凡煙小說

第71章 裴行的後悔

關燈
百谷走後,應辰放開了慕江陵,兩人在門口默默站了會。

慕江陵躊躇著小聲道:“你要是有什麽麻煩,我能幫上的,一定幫。那個墨玉……其實我也不清楚有什麽用處,而且師父他已經失蹤很久了,你拿去吧。”

應辰在他腦袋上拍了一巴掌:“再說一遍試試?”

慕江陵被拍的一縮頭,委屈道:“我說真的啊!話說,你到底犯了什麽事?”

“小事。”應辰無所謂的攤攤手,“不小心把誇父一族清理了而已。”

“誇……父?”慕江陵被自己的口水嗆到了,“那個、那個追日的誇父嗎?”

“是他們一族。”應辰白他,“聽不懂?神明之間是不允許相互殺戮的,那一族恰好和神明有點淵源,我不知情,就殺了。”

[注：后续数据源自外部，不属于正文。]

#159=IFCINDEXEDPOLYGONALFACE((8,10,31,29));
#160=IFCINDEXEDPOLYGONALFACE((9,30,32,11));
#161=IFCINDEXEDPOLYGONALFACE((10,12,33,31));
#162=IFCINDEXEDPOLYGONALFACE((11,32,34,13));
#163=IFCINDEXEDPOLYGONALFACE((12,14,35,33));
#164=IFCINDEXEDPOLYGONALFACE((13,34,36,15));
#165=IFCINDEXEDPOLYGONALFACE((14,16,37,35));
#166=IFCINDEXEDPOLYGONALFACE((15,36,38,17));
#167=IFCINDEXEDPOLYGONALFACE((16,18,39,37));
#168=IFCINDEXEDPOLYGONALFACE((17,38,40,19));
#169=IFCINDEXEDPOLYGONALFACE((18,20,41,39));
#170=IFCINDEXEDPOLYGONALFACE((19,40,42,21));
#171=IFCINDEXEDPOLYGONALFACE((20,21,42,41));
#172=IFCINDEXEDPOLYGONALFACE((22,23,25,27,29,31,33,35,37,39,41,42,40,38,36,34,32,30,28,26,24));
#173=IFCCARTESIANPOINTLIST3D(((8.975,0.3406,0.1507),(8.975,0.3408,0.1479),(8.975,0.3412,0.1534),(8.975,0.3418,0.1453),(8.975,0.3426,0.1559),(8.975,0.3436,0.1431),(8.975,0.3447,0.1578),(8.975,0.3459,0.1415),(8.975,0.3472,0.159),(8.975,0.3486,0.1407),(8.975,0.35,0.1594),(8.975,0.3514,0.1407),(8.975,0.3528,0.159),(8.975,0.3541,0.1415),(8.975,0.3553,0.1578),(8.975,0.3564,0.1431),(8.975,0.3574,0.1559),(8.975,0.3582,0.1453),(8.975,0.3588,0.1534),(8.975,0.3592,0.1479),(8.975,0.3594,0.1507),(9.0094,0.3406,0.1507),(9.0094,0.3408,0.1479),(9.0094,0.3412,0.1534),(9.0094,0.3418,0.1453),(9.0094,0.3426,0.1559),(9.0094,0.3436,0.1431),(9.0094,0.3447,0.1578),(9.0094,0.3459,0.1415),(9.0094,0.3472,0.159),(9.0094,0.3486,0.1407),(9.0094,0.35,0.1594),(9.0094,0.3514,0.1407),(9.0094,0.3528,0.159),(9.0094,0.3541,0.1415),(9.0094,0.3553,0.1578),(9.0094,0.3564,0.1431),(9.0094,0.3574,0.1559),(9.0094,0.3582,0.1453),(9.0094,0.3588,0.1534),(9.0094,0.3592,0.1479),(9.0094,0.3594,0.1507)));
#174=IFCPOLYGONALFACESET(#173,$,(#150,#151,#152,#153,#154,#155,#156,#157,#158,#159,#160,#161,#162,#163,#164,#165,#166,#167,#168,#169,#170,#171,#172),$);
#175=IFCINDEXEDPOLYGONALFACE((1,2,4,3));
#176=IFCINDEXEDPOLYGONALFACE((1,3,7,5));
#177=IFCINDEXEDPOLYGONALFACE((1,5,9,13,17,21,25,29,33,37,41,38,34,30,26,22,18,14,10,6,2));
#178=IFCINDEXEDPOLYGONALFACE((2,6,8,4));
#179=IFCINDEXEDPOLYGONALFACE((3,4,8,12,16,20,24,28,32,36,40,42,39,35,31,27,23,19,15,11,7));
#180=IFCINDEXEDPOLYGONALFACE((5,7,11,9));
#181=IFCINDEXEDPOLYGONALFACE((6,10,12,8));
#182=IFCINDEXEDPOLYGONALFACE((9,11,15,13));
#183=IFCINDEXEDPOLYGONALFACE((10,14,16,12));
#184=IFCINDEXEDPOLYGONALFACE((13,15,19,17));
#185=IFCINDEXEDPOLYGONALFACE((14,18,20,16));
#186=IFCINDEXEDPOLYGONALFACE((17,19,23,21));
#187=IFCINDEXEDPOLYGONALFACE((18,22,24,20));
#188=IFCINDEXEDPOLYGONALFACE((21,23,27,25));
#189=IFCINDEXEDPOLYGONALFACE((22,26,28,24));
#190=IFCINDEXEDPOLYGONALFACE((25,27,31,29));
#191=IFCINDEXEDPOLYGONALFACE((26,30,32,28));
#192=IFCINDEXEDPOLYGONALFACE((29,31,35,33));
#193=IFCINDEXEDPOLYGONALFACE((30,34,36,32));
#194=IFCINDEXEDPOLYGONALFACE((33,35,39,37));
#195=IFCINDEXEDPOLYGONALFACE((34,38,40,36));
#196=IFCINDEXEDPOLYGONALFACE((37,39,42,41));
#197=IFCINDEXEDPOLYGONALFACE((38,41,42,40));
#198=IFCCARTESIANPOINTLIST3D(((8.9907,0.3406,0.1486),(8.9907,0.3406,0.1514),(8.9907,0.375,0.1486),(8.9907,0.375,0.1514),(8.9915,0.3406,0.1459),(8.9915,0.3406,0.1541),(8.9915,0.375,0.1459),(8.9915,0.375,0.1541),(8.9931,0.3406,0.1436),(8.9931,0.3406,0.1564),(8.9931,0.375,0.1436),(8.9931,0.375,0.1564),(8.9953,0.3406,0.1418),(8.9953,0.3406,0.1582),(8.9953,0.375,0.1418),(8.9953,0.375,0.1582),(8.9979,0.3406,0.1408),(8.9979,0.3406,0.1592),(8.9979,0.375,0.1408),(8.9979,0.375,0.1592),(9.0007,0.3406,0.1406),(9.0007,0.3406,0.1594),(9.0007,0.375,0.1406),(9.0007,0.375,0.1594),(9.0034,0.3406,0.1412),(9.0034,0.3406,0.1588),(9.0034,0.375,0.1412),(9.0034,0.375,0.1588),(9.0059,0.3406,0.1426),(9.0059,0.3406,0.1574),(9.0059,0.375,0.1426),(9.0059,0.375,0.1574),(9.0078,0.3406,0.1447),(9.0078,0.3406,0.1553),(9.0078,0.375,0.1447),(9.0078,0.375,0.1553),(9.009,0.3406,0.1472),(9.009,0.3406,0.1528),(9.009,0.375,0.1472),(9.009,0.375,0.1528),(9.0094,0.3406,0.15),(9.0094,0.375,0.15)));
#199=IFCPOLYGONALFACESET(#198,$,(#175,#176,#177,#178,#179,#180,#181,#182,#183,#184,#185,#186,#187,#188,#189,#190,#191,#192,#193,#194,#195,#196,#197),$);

“哦……”慕江陵似懂非懂的點點頭,“那他們找到你的話,該怎麽辦?”

應辰“嘖”了聲,沒有給出明確的回答,模棱兩可道:“再說。”

慕江陵:“???”

應辰:“想不想去青雲臺了?”

慕江陵趕緊點點頭,狗腿道:“想!”

兩人從無歸淵底爬上來的時候,雲七生好巧不巧在邊上訓偷懶的看守弟子。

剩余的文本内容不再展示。